The pattern holds true across all of the Big Pharmas, putting their average profit against revenue percentages higher than any other industry. There isn’t an exact definition of “excessive profits”, but if consumers are annoyed when the gas companies make record profits, they should be doubly troubled by the profits that the Big Pharmas are making.

Let’s look at some other facts:

  • Since 2004, the global pharmaceuticals market has witnessed moderate growth across different geographies.
  • The market growth is expected to decelerate through to 2013 due to increased number of patent expiries and intensifying competition from generic drug manufacturers.
  • The global pharmaceuticals industry generated total revenues of $615.1 billion in 2008.
  • Profits rose at a compound annual growth rate (CAGR) of 4.7% for the period spanning 2004-08.
  • The industry’s total revenues are expected to touch $734 billion by the end of 2013, representing a CAGR of 3.6% for the 2008-13 period.
  • The top 10 global pharmaceutical companies recorded revenues of $348.3 billion during 2008, an increase of 4% over 2007.
  • The net profit of those companies was $65.1 billion in 2008, an increase of 12.1% over 2007.

The Big Pharmas are making huge profits and they are rising at a steady, but slowing rate. They are all worried about the effects of projected revenue drops when current patents expire, but, in absolute terms, they will still be taking a much larger percentage of revenues as profit than other large companies.

The profits are made even larger because the Big Pharmas charge their customers in the United States more than they charge customers overseas. The Congressional Budget Office estimates that the United States accounts for about one third of all branded prescription drug sales by volume (number of doses sold) but generates one half of the total revenue. A particular drug may sell for between 35% and 55% less in other countries than it does in the United States. We’re not talking about branded versus generic drug prices here. It’s the same drug. Many years ago the Big Pharmas claimed that the cost of regulation and litigation in the United States was much higher than elsewhere, so they needed to charge more here, but that argument no longer holds true across their major markets. As we’ll see in the next topic, US consumers and taxpayers are effectively subsidizing the Big Pharmas and getting nothing in return.

Conclusion: We’re being ripped off!

The Research and Development Myth
As we saw in Part 2 of this series, it can take 10 to 15 years to bring a drug to market and the Big Pharmas spend between 8 and 20 per cent of their revenue on Research and Development (R&D).

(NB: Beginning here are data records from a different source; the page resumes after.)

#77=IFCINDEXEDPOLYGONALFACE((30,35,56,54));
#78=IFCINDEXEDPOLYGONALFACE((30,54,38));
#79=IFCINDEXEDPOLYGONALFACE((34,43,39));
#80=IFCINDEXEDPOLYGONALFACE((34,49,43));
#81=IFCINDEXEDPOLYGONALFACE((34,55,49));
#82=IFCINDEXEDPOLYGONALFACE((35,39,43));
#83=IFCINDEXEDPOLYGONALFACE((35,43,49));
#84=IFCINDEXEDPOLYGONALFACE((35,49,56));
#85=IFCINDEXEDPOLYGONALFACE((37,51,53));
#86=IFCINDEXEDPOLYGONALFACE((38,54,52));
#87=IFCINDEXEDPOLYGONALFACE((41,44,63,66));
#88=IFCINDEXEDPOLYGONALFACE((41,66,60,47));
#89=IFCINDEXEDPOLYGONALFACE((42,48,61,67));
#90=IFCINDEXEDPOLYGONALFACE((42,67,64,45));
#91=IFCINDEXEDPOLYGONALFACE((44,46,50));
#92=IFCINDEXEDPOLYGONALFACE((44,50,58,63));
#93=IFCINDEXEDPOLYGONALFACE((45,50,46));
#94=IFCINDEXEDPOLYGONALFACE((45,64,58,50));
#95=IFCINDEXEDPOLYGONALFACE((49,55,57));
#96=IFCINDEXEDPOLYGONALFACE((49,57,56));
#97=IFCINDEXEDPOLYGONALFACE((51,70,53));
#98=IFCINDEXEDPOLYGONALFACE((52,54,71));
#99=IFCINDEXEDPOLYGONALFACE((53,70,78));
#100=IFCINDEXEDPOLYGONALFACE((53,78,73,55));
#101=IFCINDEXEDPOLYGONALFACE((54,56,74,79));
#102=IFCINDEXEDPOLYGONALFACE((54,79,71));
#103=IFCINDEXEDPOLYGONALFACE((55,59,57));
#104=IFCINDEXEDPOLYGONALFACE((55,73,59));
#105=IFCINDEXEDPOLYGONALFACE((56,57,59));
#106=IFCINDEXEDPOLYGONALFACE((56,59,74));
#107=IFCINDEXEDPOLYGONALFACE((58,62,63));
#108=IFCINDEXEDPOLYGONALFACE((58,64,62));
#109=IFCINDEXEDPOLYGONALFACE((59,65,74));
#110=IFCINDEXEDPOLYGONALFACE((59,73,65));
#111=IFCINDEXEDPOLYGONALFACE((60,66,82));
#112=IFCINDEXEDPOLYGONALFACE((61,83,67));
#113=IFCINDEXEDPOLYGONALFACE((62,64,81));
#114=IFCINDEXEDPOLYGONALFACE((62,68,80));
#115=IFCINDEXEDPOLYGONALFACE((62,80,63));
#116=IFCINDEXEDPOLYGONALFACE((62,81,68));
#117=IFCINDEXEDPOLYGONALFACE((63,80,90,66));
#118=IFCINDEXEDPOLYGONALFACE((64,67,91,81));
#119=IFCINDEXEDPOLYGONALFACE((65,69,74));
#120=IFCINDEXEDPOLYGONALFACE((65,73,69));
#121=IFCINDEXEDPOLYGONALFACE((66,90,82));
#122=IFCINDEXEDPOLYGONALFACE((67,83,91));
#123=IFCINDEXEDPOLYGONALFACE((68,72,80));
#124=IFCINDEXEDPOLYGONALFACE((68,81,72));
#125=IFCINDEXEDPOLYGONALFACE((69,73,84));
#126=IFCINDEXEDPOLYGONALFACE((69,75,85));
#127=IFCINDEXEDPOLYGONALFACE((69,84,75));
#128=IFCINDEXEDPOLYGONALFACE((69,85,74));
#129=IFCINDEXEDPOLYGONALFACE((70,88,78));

The process of bringing a drug to market is long and arduous and patents only protect the resulting revenue stream against competitors for seven to twelve years, so there is an incentive to recover costs quickly.

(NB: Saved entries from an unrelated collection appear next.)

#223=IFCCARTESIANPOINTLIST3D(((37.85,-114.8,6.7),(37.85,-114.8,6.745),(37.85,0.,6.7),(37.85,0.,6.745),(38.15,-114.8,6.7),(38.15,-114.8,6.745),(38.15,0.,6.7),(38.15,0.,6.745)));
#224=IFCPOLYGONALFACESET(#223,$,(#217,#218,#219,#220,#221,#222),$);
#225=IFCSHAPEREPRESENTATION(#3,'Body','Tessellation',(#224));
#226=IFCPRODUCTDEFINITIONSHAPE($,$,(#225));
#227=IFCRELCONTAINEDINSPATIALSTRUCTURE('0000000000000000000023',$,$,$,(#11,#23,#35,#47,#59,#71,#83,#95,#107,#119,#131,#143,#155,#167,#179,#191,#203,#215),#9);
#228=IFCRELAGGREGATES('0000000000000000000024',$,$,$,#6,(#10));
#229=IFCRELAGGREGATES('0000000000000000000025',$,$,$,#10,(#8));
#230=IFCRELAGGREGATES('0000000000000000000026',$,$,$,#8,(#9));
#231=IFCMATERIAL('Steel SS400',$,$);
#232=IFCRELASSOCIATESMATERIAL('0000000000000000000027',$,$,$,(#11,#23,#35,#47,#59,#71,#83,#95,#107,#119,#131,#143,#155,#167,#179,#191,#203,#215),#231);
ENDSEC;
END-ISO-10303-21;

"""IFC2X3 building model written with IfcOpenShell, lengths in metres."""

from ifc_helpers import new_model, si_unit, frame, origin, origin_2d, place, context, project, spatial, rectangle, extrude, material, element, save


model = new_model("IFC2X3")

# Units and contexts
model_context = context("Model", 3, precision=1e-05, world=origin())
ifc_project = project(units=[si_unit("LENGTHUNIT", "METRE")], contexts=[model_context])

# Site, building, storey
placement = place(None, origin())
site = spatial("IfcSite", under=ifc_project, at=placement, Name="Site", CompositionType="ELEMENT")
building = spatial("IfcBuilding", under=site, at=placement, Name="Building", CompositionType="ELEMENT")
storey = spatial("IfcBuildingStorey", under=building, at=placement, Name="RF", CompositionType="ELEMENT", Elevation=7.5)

That’s the united front that the Big Pharmas present to consumers and governments. They claim that they need the money to fund R&D. Almost every time that you see one of their paid disciples being interviewed, they’ll trot out that line as soon as prices or profits are mentioned. The reality is somewhat different. First, it turns out that R&D is a relatively small part of the budgets of the Big Pharmas. It’s smaller than the profits they make and is dwarfed by their vast expenditures on marketing and administration. Around 36 percent of their sales revenue goes into paying for these activities. This is roughly two and a half times the average percentage expenditures for R&D. Critics claim, with a lot of justification, that the prices drug companies charge bear little relationship to the actual costs of developing and making them and could be cut dramatically without coming anywhere close to threatening R&D.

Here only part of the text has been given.